Nuts are another great quick snack and they are very
healthy. Natural yogurt with blueberries is another and even though this isn’t 100%
healthy, granola with natural yogurt and manuka honey is amazing!! All of these
are preferable to fast foods which seem to be the first point of call when
people want a snack these days, and trust me they taste amazing.
I am a firm believer that the route of a lot of people’s
health related issues to their diet is a lack of structure. What I mean by this
is skipping breakfast, maybe not eating until lunch and then compensating for
it by snacking all day then in the evening eating a mountain of food because
they are so hungry.
By implementing a simple structure with breakfast, lunch and
an evening meal with 2 to 3 healthy snacks in the middle you will inevitably
find that your body composition will improve – and health which is the point of
We are not talking about getting huge or ripped here; we are
talking about eating healthily. With that said I would encourage you to focus
on low GI forms of carbohydrates which are more wholesome and keep you feeling
fuller for longer. Things like oats, brown bread, rice, brown pasta and sweet
potato for example.
I am also a huge believer in healthy fat sources for health –
in the Mediterranean people look amazing well into their 60,70s and onwards with
high life expectancy. What is their diet rich in? Extra virgin olive oil!! Coincidence?

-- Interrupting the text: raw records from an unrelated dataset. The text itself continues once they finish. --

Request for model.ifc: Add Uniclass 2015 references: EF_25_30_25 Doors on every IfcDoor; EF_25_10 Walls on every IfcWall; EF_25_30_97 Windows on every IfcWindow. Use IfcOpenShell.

First a look at what the model holds.

```python
import ifcopenshell

model = ifcopenshell.open("model.ifc")
print(model.schema)
print("classifications:", [c.Name for c in model.by_type("IfcClassification")])
for ifc_class in ("IfcDoor", "IfcRoof", "IfcStair", "IfcWall", "IfcWindow"):
    print(ifc_class, len(model.by_type(ifc_class)))
```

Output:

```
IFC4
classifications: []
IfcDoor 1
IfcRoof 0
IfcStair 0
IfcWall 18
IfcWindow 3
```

```python
import ifcopenshell
import ifcopenshell.api.classification

model = ifcopenshell.open("model.ifc")

system = ifcopenshell.api.classification.add_classification(model, classification="Uniclass 2015")

codes = {
    "IfcDoor": ("EF_25_30_25", "Doors"),
    "IfcWall": ("EF_25_10", "Walls"),
    "IfcWindow": ("EF_25_30_97", "Windows"),
}
for ifc_class, (code, name) in codes.items():
    products = model.by_type(ifc_class)
    ifcopenshell.api.classification.add_reference(
        model, products=products, classification=system, identification=code, name=name
    )
    print(code, len(products))

model.write("model_edited.ifc")
```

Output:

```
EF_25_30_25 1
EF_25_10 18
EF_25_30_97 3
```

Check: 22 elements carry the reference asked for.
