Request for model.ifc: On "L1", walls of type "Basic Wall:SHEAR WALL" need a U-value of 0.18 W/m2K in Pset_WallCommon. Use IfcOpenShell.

First a look at what the model holds.

```python
import ifcopenshell
import ifcopenshell.util.element

model = ifcopenshell.open("model.ifc")
print(model.schema)
storey = next(s for s in model.by_type("IfcBuildingStorey") if s.Name == "L1")
walls = [e for e in ifcopenshell.util.element.get_decomposition(storey) if e.is_a("IfcWall")]
seen = {}
for e in walls:
    element_type = ifcopenshell.util.element.get_type(e)
    key = (element_type.Name if element_type != e and element_type else None, ifcopenshell.util.element.get_pset(e, "Pset_WallCommon", "ThermalTransmittance"))
    seen[key] = seen.get(key, 0) + 1
for (name, value), count in sorted(seen.items(), key=str):
    print(count, "x", name, "|", value)
```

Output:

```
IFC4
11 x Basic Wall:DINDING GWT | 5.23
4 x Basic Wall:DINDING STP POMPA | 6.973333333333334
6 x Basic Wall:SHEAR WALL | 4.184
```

```python
import ifcopenshell
import ifcopenshell.api.pset
import ifcopenshell.util.element

model = ifcopenshell.open("model.ifc")

storey = next(s for s in model.by_type("IfcBuildingStorey") if s.Name == "L1")
walls = [e for e in ifcopenshell.util.element.get_decomposition(storey) if e.is_a("IfcWall")]

count = 0
for e in walls:
    element_type = ifcopenshell.util.element.get_type(e)
    if element_type in (None, e) or element_type.Name != "Basic Wall:SHEAR WALL":
        continue
    # add_pset returns the element's existing set when there is one.
    pset = ifcopenshell.api.pset.add_pset(model, product=e, name="Pset_WallCommon")
    ifcopenshell.api.pset.edit_pset(model, pset=pset, properties={"ThermalTransmittance": 0.18})
    count += 1

print(count, "walls updated")

model.write("model_v2.ifc")
```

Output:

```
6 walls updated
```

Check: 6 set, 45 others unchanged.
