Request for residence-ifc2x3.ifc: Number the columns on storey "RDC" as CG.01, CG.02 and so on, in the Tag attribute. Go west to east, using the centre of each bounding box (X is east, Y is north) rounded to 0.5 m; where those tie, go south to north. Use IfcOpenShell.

First a look at what the model holds.

```python
import ifcopenshell
import ifcopenshell.util.element
import ifcopenshell.util.placement

model = ifcopenshell.open("residence-ifc2x3.ifc")
print(model.schema)
storey = next(s for s in model.by_type("IfcBuildingStorey") if s.Name == "RDC")
columns = [e for e in ifcopenshell.util.element.get_decomposition(storey) if e.is_a("IfcColumn")]
for e in sorted(columns, key=lambda e: e.id()):
    origin = ifcopenshell.util.placement.get_local_placement(e.ObjectPlacement)[:3, 3]
    print(e.id(), e.Tag, e.Name, origin.round(2) + 0.0, sep=" | ")
```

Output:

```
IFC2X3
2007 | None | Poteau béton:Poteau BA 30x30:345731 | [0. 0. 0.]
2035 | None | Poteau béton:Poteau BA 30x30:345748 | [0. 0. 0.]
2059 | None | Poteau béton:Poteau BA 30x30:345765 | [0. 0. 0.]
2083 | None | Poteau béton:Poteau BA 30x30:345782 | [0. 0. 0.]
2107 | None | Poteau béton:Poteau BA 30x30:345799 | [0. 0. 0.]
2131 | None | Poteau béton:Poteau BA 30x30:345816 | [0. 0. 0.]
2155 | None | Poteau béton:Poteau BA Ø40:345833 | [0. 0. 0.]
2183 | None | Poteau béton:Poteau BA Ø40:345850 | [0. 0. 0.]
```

```python
import ifcopenshell
import ifcopenshell.geom
import ifcopenshell.util.element
import ifcopenshell.util.shape

model = ifcopenshell.open("residence-ifc2x3.ifc")
settings = ifcopenshell.geom.settings()
settings.set("use-world-coords", True)


def centre(element):
    shape = ifcopenshell.geom.create_shape(settings, element)
    return ifcopenshell.util.shape.get_bbox_centroid(shape.geometry)


storey = next(s for s in model.by_type("IfcBuildingStorey") if s.Name == "RDC")
columns = [e for e in ifcopenshell.util.element.get_decomposition(storey) if e.is_a("IfcColumn")]

# Insertion points can sit at a corner or the storey origin, so sort by the geometry (in metres).
centres = {e: centre(e) for e in columns}
columns.sort(key=lambda e: (round(centres[e][0] / 0.5), centres[e][1]))

for i, e in enumerate(columns, start=1):
    number = f"CG.{i:02d}"
    e.Tag = number
    print(e.id(), number)

model.write("residence-ifc2x3_v2.ifc")
```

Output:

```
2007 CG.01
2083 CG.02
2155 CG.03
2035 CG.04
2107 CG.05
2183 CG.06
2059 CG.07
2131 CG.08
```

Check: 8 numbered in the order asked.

I don’t think so!! Nuts are also great, as are lean cuts of beef and oily fish.
Protein is a kingpin macronutrient, for most people in my
opinion. Lean cuts of beef, poultry, whole eggs and some dairy products such as
cottage cheese are all part of a healthy protein plan. You don’t need mountains
of it as a healthy child or adult, but it is certainly something I would
recommend having plenty of because it will help build strong foundations for
health and longevity.
Changing your ways to become healthier as a family doesn’t have
to be as tough as you might have thought. Instead it is about applying small
changes and being consistent with them!